------ Task material

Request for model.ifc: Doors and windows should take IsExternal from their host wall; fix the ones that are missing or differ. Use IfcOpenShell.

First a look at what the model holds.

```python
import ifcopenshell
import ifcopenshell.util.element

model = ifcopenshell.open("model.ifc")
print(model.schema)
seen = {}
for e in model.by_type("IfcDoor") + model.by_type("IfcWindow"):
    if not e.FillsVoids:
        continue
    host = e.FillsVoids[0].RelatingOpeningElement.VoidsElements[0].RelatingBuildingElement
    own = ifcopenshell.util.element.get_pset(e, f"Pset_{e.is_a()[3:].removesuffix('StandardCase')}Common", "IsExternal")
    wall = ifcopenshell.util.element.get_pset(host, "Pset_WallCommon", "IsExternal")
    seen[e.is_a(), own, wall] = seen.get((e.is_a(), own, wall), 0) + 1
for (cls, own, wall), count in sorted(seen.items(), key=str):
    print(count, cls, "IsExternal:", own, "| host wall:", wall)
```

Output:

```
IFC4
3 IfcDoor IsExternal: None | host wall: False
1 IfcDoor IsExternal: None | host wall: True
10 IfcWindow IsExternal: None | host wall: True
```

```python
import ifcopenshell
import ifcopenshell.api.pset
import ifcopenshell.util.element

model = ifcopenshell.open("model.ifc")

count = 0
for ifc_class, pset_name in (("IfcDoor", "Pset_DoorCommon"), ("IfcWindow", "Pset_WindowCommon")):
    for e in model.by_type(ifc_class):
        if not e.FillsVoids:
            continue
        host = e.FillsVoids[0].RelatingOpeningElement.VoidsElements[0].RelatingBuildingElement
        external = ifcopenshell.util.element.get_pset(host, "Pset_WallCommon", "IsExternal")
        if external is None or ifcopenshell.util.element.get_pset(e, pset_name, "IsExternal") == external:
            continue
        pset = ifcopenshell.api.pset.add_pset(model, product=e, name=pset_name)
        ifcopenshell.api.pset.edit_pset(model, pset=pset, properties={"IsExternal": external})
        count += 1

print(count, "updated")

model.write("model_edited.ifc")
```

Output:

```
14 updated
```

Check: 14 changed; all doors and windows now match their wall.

------------

Return every line of the entries above that the string "True" appears in.

» **Answer box**:
1 IfcDoor IsExternal: None | host wall: True
10 IfcWindow IsExternal: None | host wall: True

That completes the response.